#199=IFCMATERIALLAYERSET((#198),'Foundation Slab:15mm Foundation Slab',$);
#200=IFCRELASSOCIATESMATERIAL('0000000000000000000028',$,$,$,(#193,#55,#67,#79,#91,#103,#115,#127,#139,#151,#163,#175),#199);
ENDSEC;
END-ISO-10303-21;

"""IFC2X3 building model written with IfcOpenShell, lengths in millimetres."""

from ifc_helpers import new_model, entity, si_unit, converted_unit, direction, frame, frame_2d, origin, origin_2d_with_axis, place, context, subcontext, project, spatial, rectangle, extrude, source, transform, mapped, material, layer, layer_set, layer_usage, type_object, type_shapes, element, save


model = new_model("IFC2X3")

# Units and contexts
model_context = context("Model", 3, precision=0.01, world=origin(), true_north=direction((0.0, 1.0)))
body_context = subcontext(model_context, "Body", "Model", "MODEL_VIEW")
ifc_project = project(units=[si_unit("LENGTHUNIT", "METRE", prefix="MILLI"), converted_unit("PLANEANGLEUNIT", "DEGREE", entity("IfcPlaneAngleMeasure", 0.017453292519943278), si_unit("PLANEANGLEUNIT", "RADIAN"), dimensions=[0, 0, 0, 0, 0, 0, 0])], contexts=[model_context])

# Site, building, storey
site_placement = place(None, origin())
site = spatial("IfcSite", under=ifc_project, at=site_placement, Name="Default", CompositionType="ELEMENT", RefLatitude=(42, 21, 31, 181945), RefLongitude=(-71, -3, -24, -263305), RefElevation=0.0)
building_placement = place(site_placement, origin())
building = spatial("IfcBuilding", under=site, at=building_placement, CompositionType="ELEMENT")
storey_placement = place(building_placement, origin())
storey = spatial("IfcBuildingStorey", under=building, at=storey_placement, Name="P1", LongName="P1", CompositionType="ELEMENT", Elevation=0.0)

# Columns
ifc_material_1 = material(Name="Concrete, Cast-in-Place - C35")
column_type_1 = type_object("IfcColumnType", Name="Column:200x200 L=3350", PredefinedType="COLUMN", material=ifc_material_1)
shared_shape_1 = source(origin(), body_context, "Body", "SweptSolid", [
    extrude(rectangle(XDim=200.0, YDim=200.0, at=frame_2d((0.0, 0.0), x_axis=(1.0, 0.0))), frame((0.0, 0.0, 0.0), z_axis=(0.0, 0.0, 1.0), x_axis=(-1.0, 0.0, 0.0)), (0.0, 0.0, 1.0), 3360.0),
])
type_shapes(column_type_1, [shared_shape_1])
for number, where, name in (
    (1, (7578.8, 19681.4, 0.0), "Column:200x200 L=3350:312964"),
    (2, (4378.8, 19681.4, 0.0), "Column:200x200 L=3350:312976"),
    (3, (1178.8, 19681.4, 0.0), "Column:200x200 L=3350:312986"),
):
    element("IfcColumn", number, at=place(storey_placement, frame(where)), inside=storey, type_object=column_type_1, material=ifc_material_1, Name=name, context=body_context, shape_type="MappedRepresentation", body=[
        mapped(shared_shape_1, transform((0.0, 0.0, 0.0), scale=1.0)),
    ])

☆ ☆ ☆ ☆

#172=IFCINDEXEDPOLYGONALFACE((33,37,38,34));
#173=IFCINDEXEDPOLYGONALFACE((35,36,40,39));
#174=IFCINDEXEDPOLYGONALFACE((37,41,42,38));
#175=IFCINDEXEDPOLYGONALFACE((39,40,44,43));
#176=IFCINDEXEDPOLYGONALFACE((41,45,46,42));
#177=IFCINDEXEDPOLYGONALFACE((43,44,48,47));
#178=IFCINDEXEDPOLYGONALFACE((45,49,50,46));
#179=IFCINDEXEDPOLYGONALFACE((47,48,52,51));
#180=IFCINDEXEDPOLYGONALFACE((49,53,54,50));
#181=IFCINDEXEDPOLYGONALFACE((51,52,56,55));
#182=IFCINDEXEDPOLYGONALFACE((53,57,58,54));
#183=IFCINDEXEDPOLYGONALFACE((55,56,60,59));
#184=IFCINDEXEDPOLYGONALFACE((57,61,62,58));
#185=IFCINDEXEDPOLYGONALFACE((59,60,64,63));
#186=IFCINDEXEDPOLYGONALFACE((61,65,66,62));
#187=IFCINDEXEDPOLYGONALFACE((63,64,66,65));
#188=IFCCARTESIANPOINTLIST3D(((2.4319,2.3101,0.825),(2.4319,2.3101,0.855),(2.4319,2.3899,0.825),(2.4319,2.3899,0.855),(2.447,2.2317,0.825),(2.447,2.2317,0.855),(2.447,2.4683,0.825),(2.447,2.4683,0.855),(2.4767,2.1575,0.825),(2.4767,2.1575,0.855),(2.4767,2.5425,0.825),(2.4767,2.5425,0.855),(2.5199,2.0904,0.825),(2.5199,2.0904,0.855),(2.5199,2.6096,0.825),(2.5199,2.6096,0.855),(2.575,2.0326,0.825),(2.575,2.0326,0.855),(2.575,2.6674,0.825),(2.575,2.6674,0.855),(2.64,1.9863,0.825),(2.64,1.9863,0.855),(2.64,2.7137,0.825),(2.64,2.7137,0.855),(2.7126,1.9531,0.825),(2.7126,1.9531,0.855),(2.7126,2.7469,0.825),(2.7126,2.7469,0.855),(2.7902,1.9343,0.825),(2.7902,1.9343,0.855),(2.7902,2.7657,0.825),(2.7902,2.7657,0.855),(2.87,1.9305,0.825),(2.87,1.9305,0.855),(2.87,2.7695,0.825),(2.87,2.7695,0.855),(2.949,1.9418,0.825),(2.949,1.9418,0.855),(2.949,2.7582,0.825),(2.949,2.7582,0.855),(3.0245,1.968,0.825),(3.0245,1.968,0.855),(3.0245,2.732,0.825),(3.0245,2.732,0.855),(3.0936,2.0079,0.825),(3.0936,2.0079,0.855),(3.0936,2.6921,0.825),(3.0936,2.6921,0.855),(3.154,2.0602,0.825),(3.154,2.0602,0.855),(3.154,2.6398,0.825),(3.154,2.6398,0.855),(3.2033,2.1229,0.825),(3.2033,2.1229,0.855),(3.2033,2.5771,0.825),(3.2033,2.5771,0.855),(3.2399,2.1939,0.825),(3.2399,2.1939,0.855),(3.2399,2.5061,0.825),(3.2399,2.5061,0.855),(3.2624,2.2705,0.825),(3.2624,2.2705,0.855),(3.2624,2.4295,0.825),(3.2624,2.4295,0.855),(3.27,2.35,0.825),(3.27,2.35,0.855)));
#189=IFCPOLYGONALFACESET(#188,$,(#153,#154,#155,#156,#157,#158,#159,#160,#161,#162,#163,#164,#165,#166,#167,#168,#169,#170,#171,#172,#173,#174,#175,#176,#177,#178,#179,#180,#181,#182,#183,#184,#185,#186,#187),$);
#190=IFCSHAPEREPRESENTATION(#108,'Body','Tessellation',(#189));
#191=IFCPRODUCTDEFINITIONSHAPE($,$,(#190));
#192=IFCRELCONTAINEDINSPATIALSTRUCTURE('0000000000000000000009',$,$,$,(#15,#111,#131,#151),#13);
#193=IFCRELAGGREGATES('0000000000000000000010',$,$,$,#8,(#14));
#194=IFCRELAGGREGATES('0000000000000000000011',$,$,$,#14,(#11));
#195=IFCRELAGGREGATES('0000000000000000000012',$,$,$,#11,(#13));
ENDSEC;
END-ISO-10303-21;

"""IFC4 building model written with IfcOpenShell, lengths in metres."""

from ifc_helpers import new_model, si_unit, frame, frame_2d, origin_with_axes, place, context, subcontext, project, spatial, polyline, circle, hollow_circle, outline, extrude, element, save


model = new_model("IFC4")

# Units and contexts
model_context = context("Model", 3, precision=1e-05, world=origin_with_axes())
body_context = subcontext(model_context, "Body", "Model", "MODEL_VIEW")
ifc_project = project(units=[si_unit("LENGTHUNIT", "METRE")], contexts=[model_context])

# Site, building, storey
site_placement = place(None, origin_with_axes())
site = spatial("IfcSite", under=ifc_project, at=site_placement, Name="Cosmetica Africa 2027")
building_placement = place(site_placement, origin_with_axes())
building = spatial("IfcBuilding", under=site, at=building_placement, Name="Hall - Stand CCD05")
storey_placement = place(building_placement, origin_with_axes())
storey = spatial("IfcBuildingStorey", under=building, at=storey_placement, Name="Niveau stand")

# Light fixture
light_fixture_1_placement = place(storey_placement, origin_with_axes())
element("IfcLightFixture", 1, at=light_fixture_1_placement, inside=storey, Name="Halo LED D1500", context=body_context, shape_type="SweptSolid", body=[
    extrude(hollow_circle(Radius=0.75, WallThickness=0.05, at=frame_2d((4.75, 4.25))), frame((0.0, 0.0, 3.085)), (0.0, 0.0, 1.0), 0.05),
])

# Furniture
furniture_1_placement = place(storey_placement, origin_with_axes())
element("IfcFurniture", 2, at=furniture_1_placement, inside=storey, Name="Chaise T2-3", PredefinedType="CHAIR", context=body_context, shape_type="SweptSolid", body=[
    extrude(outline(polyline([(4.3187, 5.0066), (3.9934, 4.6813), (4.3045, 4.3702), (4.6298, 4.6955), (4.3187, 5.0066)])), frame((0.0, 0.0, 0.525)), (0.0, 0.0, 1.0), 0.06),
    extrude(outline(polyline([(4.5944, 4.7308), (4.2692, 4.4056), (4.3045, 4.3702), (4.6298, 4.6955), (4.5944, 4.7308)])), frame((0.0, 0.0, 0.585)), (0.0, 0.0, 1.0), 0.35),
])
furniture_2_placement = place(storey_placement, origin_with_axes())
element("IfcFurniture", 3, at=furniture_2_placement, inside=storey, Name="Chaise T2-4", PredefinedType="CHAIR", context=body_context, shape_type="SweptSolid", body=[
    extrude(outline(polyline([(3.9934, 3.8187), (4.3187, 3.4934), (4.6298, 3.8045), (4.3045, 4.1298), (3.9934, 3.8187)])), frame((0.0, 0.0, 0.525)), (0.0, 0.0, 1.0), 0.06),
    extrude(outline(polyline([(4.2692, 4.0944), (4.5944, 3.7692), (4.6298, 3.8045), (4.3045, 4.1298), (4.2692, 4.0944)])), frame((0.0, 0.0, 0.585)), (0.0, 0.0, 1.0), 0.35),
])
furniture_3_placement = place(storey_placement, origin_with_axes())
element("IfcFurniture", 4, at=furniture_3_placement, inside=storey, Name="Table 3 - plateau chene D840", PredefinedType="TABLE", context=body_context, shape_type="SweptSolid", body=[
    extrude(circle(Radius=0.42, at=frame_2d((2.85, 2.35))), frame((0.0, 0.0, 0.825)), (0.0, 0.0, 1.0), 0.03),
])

☆ ☆ ☆ ☆

• _What you need to do_
Search the listing for "IfcSite" and show every line where it occurs.

• _Written answer_
site = spatial("IfcSite", under=ifc_project, at=site_placement, Name="Default", CompositionType="ELEMENT", RefLatitude=(42, 21, 31, 181945), RefLongitude=(-71, -3, -24, -263305), RefElevation=0.0)
site = spatial("IfcSite", under=ifc_project, at=site_placement, Name="Cosmetica Africa 2027")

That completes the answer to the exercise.